Астрофизика — да, любовь всей жизни. Сабир заприметил меня еще в университете, и я проработал в обсерватории без малого сорок лет, до пенсии. И дальше мог бы, но с финансированием у нас всегда были проблемы, а после того, как нефть подешевела чуть ли не втрое, жить стало не очень весело. Ельцин, конечно, обвинял в обвале империалистов, ну, ему по должности положено, на секретных пленумах кому надо объяснили, а те, кому надо, рассказали женам, жены — подругам, в общем, вся страна прекрасно знала, что живем мы хреново не потому, что грохнулись цены на нефть (не из-за Америки, а потому, что пошли в серию малогабаритные термоядерные станции, у нас их еще не выпускали и не закупали — дорого, — а в Штатах и Европе еще в третьем году начали переходить на альтернативные источники). Живем мы хреново, потому что приходится две трети (подумать только!) бюджета пускать на военные программы. Надо поддерживать паритет, иначе американцы и НАТО нас сомнут, давно нацелились, еще со времен старшего Кеннеди.

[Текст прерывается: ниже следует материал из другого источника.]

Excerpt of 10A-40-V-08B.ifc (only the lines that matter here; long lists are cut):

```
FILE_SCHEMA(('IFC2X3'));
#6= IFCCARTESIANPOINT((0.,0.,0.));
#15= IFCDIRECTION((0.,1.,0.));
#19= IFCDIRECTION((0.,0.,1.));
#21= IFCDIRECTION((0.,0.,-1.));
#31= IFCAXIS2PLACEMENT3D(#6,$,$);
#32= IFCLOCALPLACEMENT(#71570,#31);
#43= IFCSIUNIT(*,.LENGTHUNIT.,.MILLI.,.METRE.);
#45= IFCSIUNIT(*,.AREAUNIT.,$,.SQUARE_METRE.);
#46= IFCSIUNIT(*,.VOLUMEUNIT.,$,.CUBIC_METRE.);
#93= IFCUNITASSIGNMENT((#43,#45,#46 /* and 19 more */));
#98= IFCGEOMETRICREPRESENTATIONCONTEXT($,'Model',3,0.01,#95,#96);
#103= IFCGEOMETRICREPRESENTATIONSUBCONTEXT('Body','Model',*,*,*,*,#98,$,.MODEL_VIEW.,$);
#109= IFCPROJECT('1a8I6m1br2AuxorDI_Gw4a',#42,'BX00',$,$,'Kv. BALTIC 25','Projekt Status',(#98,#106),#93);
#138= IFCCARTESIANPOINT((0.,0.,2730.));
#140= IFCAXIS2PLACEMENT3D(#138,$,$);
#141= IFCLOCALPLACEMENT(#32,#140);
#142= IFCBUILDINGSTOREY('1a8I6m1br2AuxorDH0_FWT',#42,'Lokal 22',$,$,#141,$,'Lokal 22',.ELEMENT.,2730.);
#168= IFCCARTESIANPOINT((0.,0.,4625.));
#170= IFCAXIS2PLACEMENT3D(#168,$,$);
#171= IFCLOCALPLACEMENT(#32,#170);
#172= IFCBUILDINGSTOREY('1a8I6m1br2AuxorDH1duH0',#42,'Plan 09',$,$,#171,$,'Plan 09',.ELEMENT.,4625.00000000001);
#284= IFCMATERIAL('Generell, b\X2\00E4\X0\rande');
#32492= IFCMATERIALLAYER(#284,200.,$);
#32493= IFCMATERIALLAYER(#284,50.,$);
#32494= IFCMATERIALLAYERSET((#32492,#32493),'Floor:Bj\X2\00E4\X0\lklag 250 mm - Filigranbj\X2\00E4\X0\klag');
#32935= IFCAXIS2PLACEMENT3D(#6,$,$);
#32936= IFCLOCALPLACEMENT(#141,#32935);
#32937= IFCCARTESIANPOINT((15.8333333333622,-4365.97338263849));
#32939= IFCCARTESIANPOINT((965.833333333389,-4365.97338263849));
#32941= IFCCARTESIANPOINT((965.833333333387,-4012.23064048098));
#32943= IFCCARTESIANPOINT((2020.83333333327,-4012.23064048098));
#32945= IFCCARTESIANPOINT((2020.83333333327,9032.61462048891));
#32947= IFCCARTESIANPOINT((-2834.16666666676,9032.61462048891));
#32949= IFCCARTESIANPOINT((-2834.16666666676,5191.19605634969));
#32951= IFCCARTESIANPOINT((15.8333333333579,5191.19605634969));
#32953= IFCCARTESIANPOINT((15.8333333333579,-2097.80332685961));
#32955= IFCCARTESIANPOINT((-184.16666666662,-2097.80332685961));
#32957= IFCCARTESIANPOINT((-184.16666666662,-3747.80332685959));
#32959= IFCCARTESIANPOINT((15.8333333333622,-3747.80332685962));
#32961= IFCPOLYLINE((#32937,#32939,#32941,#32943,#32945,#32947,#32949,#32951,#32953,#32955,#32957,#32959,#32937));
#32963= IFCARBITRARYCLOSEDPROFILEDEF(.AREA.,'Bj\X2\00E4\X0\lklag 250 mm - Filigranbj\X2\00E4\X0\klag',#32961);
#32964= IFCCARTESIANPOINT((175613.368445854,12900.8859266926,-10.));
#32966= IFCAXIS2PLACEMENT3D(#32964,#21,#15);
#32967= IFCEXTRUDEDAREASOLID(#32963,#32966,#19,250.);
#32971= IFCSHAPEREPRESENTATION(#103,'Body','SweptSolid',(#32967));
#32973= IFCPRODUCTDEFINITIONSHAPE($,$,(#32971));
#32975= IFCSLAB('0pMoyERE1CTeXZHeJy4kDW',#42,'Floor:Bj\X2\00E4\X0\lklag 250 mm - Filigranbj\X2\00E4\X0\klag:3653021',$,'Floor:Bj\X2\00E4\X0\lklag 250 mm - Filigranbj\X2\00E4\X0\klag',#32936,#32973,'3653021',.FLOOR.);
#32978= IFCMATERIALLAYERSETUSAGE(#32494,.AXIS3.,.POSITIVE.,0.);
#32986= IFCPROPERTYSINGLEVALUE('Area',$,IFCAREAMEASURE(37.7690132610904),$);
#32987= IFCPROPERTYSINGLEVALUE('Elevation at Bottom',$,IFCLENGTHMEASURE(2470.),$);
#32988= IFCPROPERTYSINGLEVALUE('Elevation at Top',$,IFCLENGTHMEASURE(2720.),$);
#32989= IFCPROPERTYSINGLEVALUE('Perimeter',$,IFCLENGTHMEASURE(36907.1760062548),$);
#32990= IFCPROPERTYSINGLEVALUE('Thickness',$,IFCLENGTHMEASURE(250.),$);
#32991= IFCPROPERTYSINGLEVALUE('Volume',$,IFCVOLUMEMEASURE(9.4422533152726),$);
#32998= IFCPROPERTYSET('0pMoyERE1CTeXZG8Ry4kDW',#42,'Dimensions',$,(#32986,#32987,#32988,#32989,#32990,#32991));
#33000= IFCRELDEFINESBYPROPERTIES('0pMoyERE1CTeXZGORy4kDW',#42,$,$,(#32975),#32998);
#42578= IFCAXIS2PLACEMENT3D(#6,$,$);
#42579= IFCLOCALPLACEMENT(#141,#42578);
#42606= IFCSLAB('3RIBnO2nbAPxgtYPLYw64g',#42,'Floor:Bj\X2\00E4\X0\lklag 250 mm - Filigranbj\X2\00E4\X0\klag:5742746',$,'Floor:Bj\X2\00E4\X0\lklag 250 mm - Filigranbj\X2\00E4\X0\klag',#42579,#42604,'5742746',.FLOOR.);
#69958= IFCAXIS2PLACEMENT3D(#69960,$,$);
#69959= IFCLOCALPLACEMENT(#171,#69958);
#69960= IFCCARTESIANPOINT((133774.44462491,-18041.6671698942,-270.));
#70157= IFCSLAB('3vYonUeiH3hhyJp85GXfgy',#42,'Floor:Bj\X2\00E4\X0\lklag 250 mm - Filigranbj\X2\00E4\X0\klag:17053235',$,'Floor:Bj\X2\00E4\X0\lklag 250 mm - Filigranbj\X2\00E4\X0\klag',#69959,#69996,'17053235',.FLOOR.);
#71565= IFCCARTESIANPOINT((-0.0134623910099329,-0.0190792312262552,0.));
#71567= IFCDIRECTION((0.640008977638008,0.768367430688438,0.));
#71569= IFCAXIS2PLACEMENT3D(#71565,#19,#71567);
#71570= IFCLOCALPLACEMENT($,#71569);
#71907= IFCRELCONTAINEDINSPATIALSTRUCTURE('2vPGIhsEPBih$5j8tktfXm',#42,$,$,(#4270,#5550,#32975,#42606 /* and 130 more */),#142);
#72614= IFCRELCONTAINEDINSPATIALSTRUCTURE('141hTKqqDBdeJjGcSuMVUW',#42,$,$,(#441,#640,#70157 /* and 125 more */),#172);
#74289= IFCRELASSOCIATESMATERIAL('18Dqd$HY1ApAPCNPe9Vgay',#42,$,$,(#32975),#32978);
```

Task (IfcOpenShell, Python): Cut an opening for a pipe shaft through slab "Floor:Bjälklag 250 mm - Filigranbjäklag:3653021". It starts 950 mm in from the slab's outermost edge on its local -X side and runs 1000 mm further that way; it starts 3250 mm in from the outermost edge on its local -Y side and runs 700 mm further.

```python
import numpy as np
import ifcopenshell
import ifcopenshell.api.feature
import ifcopenshell.api.geometry
import ifcopenshell.api.pset
import ifcopenshell.api.root
import ifcopenshell.geom
import ifcopenshell.util.element
import ifcopenshell.util.placement
import ifcopenshell.util.representation
import ifcopenshell.util.shape
import ifcopenshell.util.unit

model = ifcopenshell.open("10A-40-V-08B.ifc")
unit_scale = ifcopenshell.util.unit.calculate_unit_scale(model)
area_scale = ifcopenshell.util.unit.calculate_unit_scale(model, "AREAUNIT")
volume_scale = ifcopenshell.util.unit.calculate_unit_scale(model, "VOLUMEUNIT")
settings = ifcopenshell.geom.settings()


def volume(element):
    """Net volume in cubic metres, openings subtracted."""
    shape = ifcopenshell.geom.create_shape(settings, element)
    return ifcopenshell.util.shape.get_volume(shape.geometry)


slab = model.by_guid("0pMoyERE1CTeXZHeJy4kDW")
before = volume(slab)

# Extent in the slab's own axes, in metres. The edges named are its -X and -Y sides.
slab_shape = ifcopenshell.geom.create_shape(settings, slab)
vertices = ifcopenshell.util.shape.get_vertices(slab_shape.geometry)
x_min, y_min, bottom = vertices.min(axis=0)
top = vertices[:, 2].max()

opening = ifcopenshell.api.root.create_entity(model, ifc_class="IfcOpeningElement", name="Pipe shaft opening")
context = ifcopenshell.util.representation.get_context(model, "Model", "Body", "MODEL_VIEW")
width, depth = 1, 0.7
outline = [(0.0, 0.0), (width, 0.0), (width, depth), (0.0, depth), (0.0, 0.0)]
# Overshoot both faces by 50 mm so the cut is clean.
shape = ifcopenshell.api.geometry.add_slab_representation(
    model, context=context, depth=top - bottom + 0.1, polyline=outline
)
ifcopenshell.api.geometry.assign_representation(model, product=opening, representation=shape)

matrix = ifcopenshell.util.placement.get_local_placement(slab.ObjectPlacement)
matrix[:, 3] = matrix @ np.append(np.array([x_min + 0.95, y_min + 3.25, bottom - 0.05]) / unit_scale, 1.0)
ifcopenshell.api.geometry.edit_object_placement(model, product=opening, matrix=matrix, is_si=False)
ifcopenshell.api.feature.add_feature(model, feature=opening, element=slab)

after = volume(slab)

# Update the slab's stored quantities.
pset = model.by_id(ifcopenshell.util.element.get_pset(slab, "Dimensions", should_inherit=False)["id"])
ifcopenshell.api.pset.edit_pset(model, pset=pset, properties={
    "Area": model.create_entity("IfcAreaMeasure", after / (top - bottom) / area_scale),
    "Volume": model.create_entity("IfcVolumeMeasure", after / volume_scale),
})

print(f"slab volume {before:.3f} -> {after:.3f} m3")

model.write("10A-40-V-08B-out.ifc")
```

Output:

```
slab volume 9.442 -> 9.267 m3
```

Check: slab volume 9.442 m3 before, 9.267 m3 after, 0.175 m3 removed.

На пенсию я вышел в начале шестого года, Марина чуть раньше. Тогда мы еще жили, между прочим, вполне прилично, не нужно было брать ссуду, чтобы купить новый телевизор. Тогда я и компьютер приобрел — не ездить же в обсерваторию за сто километров всякий раз, если нужно почитать статью Кормана, к примеру, или узнать точно, что наблюдали на WAS Ре. Да и бывшие коллеги к моим наездам относились не то чтобы плохо, но… Я их понимал — в том числе и бывшего своего шефа, ставшего академиком и директором. Дружба дружбой, а время на компьютерах расписано, извини, Володя… Я понимал и купил себе персоналку, лишив Марину поездки в Кисловодск. А ей нужно было — воды попить, полечиться… «Нет, — сказала она, — тебе важнее».

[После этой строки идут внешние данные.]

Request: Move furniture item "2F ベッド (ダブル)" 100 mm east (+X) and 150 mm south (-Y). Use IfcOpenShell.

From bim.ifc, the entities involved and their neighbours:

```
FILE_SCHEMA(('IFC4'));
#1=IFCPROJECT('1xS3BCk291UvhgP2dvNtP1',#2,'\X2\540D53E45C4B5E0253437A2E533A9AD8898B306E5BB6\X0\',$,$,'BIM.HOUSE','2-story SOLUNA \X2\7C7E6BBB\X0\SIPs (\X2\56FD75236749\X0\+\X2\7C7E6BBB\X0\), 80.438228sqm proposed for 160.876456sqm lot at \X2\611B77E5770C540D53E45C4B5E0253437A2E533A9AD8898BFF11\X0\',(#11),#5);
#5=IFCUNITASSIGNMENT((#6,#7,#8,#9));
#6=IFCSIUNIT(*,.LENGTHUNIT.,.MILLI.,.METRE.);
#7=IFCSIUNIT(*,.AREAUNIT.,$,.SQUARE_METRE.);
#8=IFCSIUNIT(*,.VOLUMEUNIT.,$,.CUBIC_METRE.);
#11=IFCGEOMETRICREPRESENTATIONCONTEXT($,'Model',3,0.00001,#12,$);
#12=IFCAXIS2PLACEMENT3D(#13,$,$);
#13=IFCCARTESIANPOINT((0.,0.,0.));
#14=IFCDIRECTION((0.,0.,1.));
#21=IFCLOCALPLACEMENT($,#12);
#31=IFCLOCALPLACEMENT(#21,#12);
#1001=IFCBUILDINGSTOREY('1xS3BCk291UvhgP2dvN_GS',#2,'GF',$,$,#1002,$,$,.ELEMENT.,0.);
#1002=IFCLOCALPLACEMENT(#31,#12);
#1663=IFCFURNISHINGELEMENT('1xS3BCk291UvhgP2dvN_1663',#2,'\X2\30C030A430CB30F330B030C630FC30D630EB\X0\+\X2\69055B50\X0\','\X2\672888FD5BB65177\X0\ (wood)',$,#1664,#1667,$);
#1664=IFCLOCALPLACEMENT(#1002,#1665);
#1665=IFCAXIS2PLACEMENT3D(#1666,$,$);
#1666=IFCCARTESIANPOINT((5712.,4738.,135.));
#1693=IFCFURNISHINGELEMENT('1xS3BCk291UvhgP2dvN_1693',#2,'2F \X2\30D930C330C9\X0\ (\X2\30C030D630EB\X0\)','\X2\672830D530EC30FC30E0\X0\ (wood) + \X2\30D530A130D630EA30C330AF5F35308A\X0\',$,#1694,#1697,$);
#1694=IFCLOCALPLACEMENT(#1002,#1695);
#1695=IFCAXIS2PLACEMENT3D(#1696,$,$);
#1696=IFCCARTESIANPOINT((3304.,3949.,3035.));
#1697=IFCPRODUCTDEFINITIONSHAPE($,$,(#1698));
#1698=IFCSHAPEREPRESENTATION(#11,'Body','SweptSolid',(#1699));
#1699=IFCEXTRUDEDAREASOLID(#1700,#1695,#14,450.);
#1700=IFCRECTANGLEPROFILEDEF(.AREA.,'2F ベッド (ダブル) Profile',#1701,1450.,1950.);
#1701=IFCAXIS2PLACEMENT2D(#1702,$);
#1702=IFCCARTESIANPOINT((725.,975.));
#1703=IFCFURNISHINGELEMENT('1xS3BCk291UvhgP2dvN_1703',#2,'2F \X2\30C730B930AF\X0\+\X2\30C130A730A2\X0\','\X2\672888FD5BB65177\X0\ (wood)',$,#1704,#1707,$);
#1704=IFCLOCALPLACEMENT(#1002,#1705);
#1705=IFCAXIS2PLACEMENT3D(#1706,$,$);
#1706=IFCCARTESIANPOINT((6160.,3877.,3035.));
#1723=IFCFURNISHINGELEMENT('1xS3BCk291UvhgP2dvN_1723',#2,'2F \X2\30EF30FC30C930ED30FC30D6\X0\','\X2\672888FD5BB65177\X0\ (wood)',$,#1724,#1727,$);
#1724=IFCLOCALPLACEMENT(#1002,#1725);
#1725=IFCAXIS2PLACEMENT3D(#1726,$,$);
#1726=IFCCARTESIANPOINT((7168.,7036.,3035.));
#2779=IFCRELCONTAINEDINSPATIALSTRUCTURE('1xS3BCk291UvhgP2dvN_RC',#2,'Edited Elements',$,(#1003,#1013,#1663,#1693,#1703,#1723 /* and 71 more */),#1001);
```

```python
import ifcopenshell
import ifcopenshell.api.geometry
import ifcopenshell.util.placement
import ifcopenshell.util.unit

model = ifcopenshell.open("bim.ifc")
unit_scale = ifcopenshell.util.unit.calculate_unit_scale(model)

item = model.by_id(1693)
matrix = ifcopenshell.util.placement.get_local_placement(item.ObjectPlacement)
matrix[0, 3] += 0.1 / unit_scale
matrix[1, 3] -= 0.15 / unit_scale
ifcopenshell.api.geometry.edit_object_placement(model, product=item, matrix=matrix, is_si=False)

print(ifcopenshell.util.placement.get_local_placement(item.ObjectPlacement).round(3) + 0.0)

model.write("bim-out.ifc")
```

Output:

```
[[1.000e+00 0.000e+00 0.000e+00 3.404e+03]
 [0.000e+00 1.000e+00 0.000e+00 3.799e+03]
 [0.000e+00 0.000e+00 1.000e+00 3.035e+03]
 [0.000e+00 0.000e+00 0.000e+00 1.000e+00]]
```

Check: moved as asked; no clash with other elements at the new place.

Полезная штука компьютер. Я прекрасно помнил, как в восьмидесятых считал на логарифмической линейке распределение пульсаров в Галактике. Конечно, счетно-вычислительные машины уже и тогда были — в институте математики, к примеру, стояли две М-400, и очередь расписывалась на месяцы вперед, как и время на нашем двухметровом телескопе. Привыкли мы к очередям — если что-то получается без очереди, удивляемся: ах, удалось… Да, о чем я, отец Александр… Считал на линейке, и ничего — мы с шефом тогда опубликовали несколько статей в центральных журналах, я даже в Москву на конференцию ездил в девяносто пятом. Это была первая международная встреча советских астрофизиков с американскими коллегами. Сам Кларк приезжал, он у них руководил космическими рентгеновскими исследованиями, и я рассказал о нашем каталоге источников, изрядно удивив американца. Они приехали со своими переносными компьютерами, у них уже тогда был Интернет. Ая привез наш каталог на листочках бумаги. Посидели мы, помню, в номере, Кларк полистал карточки, время от времени поднимая на меня взгляд — то ли уважительный, то ли удивленный, — а потом сказал, что это обязательно нужно публиковать в «The Astrophysical Journal», уникальный, мол, материал. И срочно в Интернет выложить, это важно для всех, кто готовит новые рентгеновские эксперименты.